**SUPPLIED DATA**
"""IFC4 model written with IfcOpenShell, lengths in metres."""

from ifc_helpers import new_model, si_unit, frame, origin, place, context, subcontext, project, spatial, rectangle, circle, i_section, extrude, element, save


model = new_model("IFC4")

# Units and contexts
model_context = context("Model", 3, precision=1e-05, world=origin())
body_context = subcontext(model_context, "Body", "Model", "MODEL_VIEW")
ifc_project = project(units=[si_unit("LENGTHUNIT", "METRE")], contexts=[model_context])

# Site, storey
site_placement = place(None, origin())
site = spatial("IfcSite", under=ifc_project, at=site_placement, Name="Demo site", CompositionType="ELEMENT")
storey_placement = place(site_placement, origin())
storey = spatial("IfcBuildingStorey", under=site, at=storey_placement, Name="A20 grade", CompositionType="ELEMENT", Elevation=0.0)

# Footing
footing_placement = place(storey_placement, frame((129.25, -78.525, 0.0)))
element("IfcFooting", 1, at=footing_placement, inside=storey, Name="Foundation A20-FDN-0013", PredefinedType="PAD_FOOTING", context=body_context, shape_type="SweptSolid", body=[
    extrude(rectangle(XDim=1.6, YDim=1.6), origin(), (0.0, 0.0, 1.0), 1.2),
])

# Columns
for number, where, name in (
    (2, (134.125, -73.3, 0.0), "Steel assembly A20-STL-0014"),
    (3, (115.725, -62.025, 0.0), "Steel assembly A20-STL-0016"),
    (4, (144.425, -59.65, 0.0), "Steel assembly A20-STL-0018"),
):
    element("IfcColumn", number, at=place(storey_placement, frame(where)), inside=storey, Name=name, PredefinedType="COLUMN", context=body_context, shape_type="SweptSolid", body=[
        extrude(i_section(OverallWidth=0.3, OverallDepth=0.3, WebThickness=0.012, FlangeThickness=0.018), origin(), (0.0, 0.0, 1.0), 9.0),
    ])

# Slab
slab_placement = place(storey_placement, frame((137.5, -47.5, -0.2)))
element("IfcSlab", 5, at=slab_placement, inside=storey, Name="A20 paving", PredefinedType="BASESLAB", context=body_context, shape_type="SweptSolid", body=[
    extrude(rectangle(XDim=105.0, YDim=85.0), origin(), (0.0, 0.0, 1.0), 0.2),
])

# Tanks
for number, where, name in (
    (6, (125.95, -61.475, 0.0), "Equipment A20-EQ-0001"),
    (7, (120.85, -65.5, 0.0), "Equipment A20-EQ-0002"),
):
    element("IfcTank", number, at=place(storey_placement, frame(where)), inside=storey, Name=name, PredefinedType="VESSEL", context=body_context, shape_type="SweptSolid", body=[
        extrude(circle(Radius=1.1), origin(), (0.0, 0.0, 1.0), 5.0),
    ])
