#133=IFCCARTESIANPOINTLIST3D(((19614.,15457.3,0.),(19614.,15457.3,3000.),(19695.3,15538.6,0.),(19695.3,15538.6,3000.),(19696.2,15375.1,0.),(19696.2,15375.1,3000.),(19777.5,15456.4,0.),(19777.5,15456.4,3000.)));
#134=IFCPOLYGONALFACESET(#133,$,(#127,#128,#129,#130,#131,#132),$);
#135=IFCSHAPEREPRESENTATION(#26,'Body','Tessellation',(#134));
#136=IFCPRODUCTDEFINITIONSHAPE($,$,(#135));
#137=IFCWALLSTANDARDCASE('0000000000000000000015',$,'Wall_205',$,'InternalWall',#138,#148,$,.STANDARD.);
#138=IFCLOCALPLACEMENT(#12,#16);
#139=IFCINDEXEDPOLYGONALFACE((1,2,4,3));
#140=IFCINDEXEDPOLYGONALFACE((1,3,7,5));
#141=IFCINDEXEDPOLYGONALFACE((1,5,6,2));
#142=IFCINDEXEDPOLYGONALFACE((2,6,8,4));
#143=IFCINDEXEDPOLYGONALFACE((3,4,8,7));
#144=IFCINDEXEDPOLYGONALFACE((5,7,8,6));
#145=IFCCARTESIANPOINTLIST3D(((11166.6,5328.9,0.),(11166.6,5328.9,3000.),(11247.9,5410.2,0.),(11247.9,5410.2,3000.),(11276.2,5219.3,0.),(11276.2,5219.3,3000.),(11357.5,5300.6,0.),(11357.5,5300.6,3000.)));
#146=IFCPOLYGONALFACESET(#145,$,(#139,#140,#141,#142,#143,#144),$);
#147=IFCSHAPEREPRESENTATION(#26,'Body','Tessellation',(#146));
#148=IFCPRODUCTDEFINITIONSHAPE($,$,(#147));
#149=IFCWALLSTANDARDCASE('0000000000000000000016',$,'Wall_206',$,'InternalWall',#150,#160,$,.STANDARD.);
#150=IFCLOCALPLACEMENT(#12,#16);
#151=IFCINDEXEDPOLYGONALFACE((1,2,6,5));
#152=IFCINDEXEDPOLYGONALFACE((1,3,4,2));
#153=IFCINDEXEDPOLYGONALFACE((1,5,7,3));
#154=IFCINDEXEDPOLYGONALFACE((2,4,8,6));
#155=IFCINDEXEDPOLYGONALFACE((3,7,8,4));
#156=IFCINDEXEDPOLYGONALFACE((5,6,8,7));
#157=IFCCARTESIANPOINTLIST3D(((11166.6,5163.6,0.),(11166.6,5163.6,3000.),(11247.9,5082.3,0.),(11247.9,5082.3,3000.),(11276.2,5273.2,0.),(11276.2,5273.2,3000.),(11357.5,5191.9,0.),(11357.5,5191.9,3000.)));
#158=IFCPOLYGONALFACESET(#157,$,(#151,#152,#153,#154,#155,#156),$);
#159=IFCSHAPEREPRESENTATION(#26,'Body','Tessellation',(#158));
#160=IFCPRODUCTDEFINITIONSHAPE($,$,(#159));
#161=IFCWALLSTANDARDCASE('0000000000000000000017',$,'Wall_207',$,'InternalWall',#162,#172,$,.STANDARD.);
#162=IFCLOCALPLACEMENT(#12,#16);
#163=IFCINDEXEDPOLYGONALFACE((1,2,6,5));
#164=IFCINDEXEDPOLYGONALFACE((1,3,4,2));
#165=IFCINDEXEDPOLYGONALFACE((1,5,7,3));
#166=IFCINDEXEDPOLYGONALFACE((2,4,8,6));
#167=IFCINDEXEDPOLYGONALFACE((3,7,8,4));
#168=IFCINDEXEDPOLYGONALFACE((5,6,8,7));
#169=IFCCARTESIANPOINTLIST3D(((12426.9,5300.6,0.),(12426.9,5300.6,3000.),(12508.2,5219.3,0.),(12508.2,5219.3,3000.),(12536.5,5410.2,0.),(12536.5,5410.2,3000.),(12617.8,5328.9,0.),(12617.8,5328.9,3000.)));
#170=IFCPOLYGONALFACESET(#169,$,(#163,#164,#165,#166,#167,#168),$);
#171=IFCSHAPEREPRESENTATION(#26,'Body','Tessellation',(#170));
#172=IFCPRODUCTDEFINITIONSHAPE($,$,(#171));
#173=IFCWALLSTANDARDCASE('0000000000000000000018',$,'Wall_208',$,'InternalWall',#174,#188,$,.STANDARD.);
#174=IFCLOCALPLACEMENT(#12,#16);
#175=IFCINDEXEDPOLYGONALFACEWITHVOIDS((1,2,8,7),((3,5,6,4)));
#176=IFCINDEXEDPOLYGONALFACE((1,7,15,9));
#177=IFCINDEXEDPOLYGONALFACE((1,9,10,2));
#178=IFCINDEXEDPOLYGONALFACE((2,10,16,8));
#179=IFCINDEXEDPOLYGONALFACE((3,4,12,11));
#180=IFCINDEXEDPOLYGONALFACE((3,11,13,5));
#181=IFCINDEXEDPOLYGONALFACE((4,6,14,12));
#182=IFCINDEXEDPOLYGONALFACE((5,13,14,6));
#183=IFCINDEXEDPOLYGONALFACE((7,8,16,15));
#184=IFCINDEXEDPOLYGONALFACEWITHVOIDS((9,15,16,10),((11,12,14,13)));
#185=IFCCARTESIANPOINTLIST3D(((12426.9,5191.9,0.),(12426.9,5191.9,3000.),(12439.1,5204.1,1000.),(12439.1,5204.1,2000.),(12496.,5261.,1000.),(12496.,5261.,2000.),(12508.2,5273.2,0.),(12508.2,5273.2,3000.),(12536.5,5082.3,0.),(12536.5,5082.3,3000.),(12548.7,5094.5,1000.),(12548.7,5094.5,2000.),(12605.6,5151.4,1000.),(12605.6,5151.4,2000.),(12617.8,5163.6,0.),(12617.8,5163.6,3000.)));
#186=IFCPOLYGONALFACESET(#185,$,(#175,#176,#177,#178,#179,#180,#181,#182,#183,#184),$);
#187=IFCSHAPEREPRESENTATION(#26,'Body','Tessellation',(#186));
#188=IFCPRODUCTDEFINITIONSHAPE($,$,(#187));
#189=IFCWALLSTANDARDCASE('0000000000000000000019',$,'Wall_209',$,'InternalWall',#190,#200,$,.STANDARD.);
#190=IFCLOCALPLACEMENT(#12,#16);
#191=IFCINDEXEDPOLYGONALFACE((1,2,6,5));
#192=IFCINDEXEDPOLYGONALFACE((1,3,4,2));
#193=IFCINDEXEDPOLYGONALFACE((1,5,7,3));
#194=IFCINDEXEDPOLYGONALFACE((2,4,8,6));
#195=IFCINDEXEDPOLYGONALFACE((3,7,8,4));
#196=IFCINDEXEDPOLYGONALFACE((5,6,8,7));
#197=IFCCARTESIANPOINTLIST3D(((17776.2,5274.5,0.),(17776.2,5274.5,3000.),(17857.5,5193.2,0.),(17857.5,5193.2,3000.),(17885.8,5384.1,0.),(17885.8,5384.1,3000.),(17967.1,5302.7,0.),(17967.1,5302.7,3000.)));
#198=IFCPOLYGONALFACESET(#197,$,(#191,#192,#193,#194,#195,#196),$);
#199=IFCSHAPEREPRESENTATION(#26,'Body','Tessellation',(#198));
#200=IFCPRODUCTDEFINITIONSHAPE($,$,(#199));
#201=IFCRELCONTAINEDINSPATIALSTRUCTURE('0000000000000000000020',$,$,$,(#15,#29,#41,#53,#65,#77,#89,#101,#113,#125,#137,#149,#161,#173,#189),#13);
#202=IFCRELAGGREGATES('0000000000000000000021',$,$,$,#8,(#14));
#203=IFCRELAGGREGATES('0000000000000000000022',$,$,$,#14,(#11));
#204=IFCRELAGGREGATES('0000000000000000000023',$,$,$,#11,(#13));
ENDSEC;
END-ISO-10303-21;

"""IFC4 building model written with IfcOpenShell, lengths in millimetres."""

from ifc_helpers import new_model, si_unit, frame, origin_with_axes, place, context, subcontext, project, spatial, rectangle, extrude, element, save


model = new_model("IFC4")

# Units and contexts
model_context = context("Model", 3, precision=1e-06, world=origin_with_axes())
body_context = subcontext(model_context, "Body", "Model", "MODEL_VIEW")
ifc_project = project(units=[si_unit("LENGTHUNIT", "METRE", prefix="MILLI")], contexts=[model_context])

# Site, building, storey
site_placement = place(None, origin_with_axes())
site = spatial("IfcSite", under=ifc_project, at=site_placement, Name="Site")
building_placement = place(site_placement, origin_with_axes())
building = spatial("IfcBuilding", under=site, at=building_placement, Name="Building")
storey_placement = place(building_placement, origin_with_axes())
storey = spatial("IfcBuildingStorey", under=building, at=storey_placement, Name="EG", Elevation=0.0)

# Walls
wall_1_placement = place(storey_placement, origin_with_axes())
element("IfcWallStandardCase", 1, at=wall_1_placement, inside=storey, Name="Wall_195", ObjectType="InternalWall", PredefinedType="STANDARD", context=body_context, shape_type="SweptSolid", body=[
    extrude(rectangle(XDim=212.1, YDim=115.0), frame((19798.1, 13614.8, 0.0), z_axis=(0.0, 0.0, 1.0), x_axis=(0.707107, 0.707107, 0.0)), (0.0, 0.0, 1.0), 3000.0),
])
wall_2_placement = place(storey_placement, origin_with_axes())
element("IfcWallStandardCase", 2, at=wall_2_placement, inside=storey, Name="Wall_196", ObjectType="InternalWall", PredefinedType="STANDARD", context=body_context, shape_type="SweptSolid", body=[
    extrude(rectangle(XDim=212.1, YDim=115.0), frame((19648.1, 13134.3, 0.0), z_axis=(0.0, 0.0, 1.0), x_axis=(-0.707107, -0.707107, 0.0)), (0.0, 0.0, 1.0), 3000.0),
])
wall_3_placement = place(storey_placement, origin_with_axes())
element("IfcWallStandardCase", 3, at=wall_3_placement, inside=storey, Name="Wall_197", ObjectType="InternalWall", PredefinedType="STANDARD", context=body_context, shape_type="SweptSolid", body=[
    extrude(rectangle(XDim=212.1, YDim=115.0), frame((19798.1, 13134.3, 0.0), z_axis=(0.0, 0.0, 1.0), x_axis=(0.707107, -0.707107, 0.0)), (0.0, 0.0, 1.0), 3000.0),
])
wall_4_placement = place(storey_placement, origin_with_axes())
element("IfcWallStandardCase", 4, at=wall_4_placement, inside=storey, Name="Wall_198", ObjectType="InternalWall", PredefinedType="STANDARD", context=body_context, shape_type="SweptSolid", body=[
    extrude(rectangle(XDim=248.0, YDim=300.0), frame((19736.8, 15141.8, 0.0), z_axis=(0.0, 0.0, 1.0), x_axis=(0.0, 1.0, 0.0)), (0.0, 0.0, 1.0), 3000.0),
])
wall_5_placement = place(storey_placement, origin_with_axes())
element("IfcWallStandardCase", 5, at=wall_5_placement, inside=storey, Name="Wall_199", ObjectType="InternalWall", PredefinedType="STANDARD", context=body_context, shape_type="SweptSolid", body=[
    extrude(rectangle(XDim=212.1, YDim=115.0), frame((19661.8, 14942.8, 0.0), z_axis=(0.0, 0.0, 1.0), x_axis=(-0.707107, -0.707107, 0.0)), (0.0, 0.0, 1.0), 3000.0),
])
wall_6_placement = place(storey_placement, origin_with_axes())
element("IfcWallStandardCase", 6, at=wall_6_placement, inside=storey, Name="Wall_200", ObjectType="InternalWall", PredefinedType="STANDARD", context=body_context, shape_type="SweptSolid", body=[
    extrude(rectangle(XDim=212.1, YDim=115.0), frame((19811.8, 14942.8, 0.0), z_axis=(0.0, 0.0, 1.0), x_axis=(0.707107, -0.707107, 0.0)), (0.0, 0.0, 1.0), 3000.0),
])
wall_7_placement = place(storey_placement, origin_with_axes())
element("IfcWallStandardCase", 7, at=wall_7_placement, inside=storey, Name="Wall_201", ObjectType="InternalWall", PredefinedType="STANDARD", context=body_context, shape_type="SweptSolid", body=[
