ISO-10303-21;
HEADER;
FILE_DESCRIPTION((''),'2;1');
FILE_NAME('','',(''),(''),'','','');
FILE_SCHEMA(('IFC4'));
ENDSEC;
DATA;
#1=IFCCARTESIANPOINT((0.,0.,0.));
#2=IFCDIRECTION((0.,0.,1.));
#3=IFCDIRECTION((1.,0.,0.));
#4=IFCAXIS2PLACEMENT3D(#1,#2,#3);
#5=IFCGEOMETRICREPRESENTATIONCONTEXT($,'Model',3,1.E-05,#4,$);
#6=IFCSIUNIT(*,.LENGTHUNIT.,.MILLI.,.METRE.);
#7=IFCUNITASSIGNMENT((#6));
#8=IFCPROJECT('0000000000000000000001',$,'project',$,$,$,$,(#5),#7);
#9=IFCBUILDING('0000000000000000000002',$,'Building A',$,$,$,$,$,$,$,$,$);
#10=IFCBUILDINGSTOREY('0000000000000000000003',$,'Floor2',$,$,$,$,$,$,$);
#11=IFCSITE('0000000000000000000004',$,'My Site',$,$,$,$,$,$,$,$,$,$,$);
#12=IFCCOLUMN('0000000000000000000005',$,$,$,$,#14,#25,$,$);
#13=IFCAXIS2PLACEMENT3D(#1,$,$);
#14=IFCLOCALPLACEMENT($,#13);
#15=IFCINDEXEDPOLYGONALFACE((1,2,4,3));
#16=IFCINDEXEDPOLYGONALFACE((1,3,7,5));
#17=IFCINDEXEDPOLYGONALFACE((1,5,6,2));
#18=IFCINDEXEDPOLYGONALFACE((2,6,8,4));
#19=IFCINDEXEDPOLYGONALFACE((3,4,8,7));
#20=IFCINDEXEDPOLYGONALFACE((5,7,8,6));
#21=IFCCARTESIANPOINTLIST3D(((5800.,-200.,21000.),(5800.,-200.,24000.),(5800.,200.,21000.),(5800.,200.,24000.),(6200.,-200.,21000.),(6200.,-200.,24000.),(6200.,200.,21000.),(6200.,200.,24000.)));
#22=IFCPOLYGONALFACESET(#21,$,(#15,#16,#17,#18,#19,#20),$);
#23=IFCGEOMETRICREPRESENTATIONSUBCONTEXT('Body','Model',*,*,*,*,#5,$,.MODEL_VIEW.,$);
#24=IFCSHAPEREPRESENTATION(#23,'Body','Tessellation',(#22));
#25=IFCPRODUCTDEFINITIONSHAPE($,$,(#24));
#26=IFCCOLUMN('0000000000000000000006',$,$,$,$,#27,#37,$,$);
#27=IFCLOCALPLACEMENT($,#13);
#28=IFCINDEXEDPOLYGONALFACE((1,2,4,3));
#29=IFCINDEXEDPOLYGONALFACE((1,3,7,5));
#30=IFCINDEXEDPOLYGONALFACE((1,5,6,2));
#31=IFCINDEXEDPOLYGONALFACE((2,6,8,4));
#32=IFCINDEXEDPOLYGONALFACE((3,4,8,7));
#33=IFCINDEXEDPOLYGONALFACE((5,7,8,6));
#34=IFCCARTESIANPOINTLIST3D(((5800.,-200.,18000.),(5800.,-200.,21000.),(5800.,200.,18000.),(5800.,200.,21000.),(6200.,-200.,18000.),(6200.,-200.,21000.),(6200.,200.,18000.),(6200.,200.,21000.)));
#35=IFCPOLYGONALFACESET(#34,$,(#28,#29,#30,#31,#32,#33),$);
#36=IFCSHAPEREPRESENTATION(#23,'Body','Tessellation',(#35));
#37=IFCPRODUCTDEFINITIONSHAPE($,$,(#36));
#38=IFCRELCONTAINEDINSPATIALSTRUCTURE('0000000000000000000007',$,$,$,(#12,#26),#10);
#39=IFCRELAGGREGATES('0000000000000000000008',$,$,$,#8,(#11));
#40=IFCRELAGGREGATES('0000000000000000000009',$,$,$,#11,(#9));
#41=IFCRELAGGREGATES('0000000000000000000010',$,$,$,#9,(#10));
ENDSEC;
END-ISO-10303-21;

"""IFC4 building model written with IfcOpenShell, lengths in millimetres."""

from ifc_helpers import new_model, si_unit, frame, origin_with_axes, place, context, subcontext, project, spatial, line, indexed_curve, outline, extrude, element, save


model = new_model("IFC4")

# Units and contexts
model_context = context("Model", 3, precision=1e-05, world=origin_with_axes())
body_context = subcontext(model_context, "Body", "Model", "MODEL_VIEW")
ifc_project = project(units=[si_unit("LENGTHUNIT", "METRE", prefix="MILLI")], contexts=[model_context])

# Site, building, storey
site = spatial("IfcSite", under=ifc_project, Name="My Site")
building = spatial("IfcBuilding", under=site, Name="Building A")
storey = spatial("IfcBuildingStorey", under=building, Name="Floor2")

# Columns
for number, where, z_axis, x_axis in (
    (1, (6000.0, 0.0, 21000.0), (0.0, 0.0, 1.0), (1.0, 0.0, 0.0)),
    (2, (6000.0, 0.0, 18000.0), (0.0, 0.0, 1.0), (1.0, 0.0, 0.0)),
):
    element("IfcColumn", number, at=place(None, frame(where, z_axis=z_axis, x_axis=x_axis)), inside=storey, context=body_context, shape_type="SweptSolid", body=[
        extrude(outline(indexed_curve([(-200.0, -200.0), (200.0, -200.0), (200.0, 200.0), (-200.0, 200.0)], segments=[line(1, 2, 3, 4, 1)])), origin_with_axes(), (0.0, 0.0, 1.0), 3000.0),
    ])

save(model, "model.ifc")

**PROMPT**
Within the material, count each line that includes the word "circle", and give the total by itself.

**SOLUTION FOR THIS TASK**
2